Publications & Resources
Effects of Misbehaving Common Items on Aggregate Scores and an Application of the Mantel-Haenszel Statistic in Test Equating
Michalis P. Michaelides
Consistent behavior is a desirable characteristic that common items are expected to have when administered to different groups. Findings from the literature have established that items do not always behave in consistent ways; item indices and IRT item parameter estimates of the same items differ when obtained from different administrations. Content effects, such as discrepancies in instructional emphasis, and context effects, such as changes in the presentation, format, and positioning of the item, may result in differential item difficulty for different groups.
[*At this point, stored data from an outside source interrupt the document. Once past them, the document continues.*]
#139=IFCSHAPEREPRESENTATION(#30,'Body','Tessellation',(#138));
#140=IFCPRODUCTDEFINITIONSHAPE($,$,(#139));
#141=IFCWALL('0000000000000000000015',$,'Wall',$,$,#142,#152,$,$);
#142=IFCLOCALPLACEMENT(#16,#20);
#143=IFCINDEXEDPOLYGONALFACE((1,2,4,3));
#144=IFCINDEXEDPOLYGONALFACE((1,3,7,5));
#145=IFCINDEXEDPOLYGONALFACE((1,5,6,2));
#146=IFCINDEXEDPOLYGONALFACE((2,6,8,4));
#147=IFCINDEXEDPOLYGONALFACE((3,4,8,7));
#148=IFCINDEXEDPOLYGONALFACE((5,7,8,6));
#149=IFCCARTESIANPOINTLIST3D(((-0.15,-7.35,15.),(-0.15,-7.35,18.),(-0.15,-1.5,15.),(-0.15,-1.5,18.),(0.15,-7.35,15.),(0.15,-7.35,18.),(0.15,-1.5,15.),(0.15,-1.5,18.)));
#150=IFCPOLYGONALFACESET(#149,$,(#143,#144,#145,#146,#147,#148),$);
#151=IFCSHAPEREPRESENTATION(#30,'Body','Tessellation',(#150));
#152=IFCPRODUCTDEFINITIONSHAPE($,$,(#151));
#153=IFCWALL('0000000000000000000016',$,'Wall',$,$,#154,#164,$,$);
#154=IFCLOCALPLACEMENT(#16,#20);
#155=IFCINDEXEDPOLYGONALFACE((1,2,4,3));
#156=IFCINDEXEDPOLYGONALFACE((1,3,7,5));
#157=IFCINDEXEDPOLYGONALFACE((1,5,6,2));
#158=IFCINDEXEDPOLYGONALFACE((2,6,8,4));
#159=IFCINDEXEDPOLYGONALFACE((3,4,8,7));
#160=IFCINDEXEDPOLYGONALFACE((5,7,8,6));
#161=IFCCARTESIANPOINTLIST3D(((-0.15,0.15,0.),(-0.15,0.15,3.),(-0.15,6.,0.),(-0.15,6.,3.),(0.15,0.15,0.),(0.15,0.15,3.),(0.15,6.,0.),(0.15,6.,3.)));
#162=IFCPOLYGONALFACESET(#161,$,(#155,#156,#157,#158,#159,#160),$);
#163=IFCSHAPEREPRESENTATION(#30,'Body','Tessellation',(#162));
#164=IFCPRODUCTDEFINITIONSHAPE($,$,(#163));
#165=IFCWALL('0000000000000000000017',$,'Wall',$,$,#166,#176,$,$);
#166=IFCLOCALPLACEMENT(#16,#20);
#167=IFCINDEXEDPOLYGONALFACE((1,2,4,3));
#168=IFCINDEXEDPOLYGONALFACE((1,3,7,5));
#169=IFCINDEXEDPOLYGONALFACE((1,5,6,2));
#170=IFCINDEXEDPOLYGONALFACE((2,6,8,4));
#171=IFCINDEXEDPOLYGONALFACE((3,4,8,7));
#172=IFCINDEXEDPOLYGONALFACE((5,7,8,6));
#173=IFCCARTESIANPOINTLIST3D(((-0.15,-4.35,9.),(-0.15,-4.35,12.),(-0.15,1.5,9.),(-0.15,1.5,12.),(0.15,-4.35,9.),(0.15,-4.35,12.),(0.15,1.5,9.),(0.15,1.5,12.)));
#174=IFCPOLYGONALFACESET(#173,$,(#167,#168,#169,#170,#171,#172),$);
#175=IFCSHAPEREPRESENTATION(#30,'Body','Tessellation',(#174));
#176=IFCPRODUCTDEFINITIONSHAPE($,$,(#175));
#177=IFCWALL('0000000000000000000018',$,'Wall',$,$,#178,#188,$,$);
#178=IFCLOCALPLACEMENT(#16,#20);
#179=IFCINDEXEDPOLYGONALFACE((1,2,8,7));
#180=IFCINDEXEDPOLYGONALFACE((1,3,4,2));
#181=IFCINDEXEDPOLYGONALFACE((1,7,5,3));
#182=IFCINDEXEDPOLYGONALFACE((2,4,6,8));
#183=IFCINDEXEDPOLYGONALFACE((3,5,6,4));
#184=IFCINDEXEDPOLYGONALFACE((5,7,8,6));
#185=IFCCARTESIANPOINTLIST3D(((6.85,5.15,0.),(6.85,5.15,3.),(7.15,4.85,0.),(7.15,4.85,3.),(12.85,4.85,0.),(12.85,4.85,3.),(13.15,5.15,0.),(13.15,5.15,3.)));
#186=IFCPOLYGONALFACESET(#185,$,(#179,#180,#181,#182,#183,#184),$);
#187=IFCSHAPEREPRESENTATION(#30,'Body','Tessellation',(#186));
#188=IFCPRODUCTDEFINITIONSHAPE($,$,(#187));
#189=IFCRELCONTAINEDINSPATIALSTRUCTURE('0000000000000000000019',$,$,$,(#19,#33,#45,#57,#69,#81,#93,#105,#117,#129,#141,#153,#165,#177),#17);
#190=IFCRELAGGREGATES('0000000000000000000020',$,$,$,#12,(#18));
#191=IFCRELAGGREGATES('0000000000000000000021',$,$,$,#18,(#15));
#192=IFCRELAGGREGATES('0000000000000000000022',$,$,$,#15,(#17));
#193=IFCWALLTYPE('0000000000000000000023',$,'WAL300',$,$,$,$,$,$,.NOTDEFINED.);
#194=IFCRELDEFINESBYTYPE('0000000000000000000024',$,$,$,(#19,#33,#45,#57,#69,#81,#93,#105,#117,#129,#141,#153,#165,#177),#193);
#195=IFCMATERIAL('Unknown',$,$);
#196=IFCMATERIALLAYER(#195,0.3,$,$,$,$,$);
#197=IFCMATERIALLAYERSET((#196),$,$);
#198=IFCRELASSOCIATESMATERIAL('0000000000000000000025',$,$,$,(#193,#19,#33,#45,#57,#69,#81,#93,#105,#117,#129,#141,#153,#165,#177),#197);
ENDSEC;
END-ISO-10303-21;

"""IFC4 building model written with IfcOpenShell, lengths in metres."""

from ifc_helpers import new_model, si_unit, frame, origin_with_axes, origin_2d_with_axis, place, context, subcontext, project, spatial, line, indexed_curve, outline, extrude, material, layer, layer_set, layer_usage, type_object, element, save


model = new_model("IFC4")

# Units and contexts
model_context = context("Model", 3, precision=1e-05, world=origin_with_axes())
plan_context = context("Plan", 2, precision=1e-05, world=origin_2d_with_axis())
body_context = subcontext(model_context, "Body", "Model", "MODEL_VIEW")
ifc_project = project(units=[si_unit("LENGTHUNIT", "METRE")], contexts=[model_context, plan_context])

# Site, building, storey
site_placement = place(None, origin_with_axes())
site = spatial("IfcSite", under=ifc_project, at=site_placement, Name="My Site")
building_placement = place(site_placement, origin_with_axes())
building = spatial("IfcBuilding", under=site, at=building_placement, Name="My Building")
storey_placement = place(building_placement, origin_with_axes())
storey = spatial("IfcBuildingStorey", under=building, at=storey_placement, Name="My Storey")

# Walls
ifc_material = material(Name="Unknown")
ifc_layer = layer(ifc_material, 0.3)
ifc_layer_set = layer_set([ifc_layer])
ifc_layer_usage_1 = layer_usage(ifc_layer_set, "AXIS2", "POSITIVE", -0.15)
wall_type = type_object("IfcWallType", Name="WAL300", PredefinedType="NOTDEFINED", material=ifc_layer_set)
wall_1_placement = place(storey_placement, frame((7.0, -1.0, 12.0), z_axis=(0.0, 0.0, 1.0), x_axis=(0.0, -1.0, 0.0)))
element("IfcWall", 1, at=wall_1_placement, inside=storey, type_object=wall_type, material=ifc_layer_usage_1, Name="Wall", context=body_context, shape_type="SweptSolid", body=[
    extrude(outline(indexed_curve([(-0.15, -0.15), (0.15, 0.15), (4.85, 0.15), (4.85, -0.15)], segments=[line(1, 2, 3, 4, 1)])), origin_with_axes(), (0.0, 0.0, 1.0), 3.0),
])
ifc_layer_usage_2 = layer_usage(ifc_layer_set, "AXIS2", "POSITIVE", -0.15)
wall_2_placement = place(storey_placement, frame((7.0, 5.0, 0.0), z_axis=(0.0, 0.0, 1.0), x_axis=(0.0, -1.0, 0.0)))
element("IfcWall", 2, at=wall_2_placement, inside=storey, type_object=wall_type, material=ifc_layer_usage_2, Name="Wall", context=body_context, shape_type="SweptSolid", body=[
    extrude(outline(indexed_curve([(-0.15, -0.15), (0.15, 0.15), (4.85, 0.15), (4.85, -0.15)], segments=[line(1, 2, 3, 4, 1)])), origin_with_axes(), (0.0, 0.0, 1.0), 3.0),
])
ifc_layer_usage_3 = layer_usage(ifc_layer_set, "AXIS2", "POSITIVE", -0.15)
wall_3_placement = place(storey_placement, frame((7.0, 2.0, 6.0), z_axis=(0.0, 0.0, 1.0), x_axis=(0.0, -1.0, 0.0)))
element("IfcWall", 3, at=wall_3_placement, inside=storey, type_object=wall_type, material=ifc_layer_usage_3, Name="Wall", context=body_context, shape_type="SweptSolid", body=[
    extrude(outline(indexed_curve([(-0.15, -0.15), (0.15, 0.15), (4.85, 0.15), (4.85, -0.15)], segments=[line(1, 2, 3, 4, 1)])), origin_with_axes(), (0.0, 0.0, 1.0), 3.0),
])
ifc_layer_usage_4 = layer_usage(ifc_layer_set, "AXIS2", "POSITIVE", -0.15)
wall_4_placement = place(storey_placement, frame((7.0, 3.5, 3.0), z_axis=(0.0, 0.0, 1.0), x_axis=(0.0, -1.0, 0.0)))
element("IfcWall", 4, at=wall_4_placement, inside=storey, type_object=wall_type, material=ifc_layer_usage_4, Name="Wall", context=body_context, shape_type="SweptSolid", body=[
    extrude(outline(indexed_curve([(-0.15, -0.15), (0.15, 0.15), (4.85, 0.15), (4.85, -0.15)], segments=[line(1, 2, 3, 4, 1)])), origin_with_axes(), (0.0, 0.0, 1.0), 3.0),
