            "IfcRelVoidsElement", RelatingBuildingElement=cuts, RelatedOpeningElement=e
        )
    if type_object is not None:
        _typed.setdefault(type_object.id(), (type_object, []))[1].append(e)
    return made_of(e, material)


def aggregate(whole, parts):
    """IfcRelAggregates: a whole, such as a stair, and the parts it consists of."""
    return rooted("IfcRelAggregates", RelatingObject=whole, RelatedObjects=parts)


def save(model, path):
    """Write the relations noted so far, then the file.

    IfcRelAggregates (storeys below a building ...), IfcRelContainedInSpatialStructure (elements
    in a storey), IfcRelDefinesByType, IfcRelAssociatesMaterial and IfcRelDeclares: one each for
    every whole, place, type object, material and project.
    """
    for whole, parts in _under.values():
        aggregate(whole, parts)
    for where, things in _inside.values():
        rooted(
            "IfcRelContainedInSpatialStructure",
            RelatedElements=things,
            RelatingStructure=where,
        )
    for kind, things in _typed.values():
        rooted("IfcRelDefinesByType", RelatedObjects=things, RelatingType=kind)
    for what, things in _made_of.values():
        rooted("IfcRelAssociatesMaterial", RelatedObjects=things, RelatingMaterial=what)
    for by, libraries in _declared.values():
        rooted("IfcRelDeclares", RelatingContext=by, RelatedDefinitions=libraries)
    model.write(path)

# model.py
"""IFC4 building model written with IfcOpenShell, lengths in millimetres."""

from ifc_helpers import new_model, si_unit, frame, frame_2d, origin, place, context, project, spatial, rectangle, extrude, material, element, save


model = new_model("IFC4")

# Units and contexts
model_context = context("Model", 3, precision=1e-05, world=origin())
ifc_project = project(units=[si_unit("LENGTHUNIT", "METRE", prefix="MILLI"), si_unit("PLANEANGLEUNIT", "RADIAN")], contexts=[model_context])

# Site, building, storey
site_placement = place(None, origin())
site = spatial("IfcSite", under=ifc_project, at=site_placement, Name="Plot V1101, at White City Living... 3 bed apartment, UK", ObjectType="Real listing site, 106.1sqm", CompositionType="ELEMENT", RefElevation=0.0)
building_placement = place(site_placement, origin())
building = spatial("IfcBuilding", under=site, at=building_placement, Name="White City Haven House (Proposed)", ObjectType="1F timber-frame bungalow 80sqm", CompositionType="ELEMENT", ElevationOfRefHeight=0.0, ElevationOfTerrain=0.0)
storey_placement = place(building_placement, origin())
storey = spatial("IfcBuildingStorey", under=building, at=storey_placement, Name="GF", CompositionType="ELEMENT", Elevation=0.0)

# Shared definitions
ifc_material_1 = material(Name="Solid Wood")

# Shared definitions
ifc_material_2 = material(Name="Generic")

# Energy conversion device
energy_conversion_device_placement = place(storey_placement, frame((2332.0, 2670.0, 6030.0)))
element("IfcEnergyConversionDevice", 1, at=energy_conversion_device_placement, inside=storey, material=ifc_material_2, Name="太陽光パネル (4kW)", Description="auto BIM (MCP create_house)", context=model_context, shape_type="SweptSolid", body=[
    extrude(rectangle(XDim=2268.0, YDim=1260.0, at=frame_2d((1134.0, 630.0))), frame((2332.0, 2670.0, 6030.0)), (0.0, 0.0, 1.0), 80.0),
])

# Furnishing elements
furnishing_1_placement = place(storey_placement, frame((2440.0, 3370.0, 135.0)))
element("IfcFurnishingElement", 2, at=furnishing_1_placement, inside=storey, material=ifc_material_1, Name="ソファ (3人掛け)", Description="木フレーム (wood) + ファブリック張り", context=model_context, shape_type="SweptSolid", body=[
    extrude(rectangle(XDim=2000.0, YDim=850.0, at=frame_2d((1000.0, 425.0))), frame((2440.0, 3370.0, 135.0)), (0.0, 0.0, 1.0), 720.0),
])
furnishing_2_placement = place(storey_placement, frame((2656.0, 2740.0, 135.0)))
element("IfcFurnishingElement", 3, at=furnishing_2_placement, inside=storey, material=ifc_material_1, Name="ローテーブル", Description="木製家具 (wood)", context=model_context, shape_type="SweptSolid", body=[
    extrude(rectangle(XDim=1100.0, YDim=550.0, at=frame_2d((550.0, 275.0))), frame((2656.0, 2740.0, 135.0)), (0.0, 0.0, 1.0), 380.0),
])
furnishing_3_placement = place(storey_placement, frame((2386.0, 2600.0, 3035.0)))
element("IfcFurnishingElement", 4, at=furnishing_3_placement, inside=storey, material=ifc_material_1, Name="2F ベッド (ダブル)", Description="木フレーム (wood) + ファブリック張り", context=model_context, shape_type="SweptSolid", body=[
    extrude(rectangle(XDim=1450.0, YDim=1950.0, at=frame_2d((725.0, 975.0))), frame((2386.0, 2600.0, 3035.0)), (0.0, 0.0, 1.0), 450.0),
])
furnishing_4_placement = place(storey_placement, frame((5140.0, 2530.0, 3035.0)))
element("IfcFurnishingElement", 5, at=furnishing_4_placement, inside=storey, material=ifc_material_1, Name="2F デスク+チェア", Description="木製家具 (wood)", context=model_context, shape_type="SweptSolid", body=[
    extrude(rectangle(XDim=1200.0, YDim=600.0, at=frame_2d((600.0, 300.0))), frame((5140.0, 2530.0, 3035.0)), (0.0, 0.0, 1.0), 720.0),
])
When common items are differentially difficult for two groups, using them to generate an equating transformation is questionable. The delta-plot method is a simple, graphical procedure that identifies such items by examining their classical test theory difficulty values. After inspection, such items are likely to drop to a non-common-item status. Two studies are described in this report. Study 1 investigates the influence of common items that behave inconsistently across two administrations on equated score summaries. Study 2 applies an alternative to the delta-plot method for flagging common items for differential behavior across administrations.
Michaelides, M. P. (2006). Effects of misbehaving common items on aggregate scores and an application of the MantelHaenszel statistic in test equating (CSE Report 688). Los Angeles: University of California, Los Angeles, National Center for Research on Evaluation, Standards, and Student Testing (CRESST).